Russia will interpret this document as meaning that any strategy of aggression in Europe (beyond Ukraine) would be highly foolish, that any strategy of aggression by Europe against Russia is up to the Europeans but it would no longer have the involvement of the US (and the history of Napoleon, the Kaiser and Hitler are perhaps disincentives), that Europe should start building itself up to some sort of credibility before anyone can take it wholly seriously, that US and Russia have no intrinsic reason for confrontation if Russia ceases to present a strategic threat to the US homeland and that Europeans would be rather dumb despite their massive economic superiority to believe they can take out a resilient and vast empire which will eat straw to survive while Europeans are debating how to make their front line troops diverse. Game over for the next three years!
And so back to Greenland. The US message is that it has no intrinsic interest in spending a fortune on defending a continent well placed to defend itself but it also has no interest in Russia actually dominating that continent. As hegemon, it will remain as fall-back position defending Europe from overt aggression. Its unrivalled nuclear, air, naval and missile capacity will be on hand but not American lives. Russia has been shown a red line but so has Europe. However, that ultimate strategic support which is also ultimate deterrence whose operation remains at the risk of the American homeland will come at a high price. Greenland is now part of that pricing mechanism. And Europeans may need to bear in mind that Russia, the US and China may themselves decide to reduce strategic confrontation regardless of European sentiment.

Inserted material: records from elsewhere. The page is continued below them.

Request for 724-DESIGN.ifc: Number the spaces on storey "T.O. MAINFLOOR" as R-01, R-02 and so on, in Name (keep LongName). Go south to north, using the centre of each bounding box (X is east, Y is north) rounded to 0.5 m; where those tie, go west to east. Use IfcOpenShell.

First a look at what the model holds.

```python
import ifcopenshell
import ifcopenshell.util.element
import ifcopenshell.util.placement

model = ifcopenshell.open("724-DESIGN.ifc")
print(model.schema)
storey = next(s for s in model.by_type("IfcBuildingStorey") if s.Name == "T.O. MAINFLOOR")
spaces = [e for e in ifcopenshell.util.element.get_decomposition(storey) if e.is_a("IfcSpace")]
for e in sorted(spaces, key=lambda e: e.id()):
    origin = ifcopenshell.util.placement.get_local_placement(e.ObjectPlacement)[:3, 3]
    print(e.id(), e.Name, e.LongName, origin.round(2) + 0.0, sep=" | ")
```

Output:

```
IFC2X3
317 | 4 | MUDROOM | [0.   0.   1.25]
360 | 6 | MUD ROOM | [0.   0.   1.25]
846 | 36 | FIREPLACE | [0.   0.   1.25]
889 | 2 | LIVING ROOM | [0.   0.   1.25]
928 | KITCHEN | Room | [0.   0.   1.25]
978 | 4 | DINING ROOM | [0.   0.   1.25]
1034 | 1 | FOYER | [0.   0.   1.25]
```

```python
import ifcopenshell
import ifcopenshell.geom
import ifcopenshell.util.element
import ifcopenshell.util.shape

model = ifcopenshell.open("724-DESIGN.ifc")
settings = ifcopenshell.geom.settings()
settings.set("use-world-coords", True)


def centre(element):
    shape = ifcopenshell.geom.create_shape(settings, element)
    return ifcopenshell.util.shape.get_bbox_centroid(shape.geometry)


storey = next(s for s in model.by_type("IfcBuildingStorey") if s.Name == "T.O. MAINFLOOR")
spaces = [e for e in ifcopenshell.util.element.get_decomposition(storey) if e.is_a("IfcSpace")]

# Insertion points can sit at a corner or the storey origin, so sort by the geometry (in metres).
centres = {e: centre(e) for e in spaces}
spaces.sort(key=lambda e: (round(centres[e][1] / 0.5), centres[e][0]))

for i, e in enumerate(spaces, start=1):
    number = f"R-{i:02d}"
    e.Name = number
    print(e.id(), number)

model.write("724-DESIGN_v2.ifc")
```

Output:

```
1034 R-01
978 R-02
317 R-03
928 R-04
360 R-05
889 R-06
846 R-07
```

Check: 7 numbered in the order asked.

Good stuff. One aspect that occurs to me to be potentially significant is the apparently growing political sea change that is now occurring in many of the major Western polities, and how that will affect their coherence and capacity to act while the chaos of confrontation and transformation is undergone. The CRINKS are far better geared up to deal ruthlessly with internal dissent and fragmentation, as we have seen of late.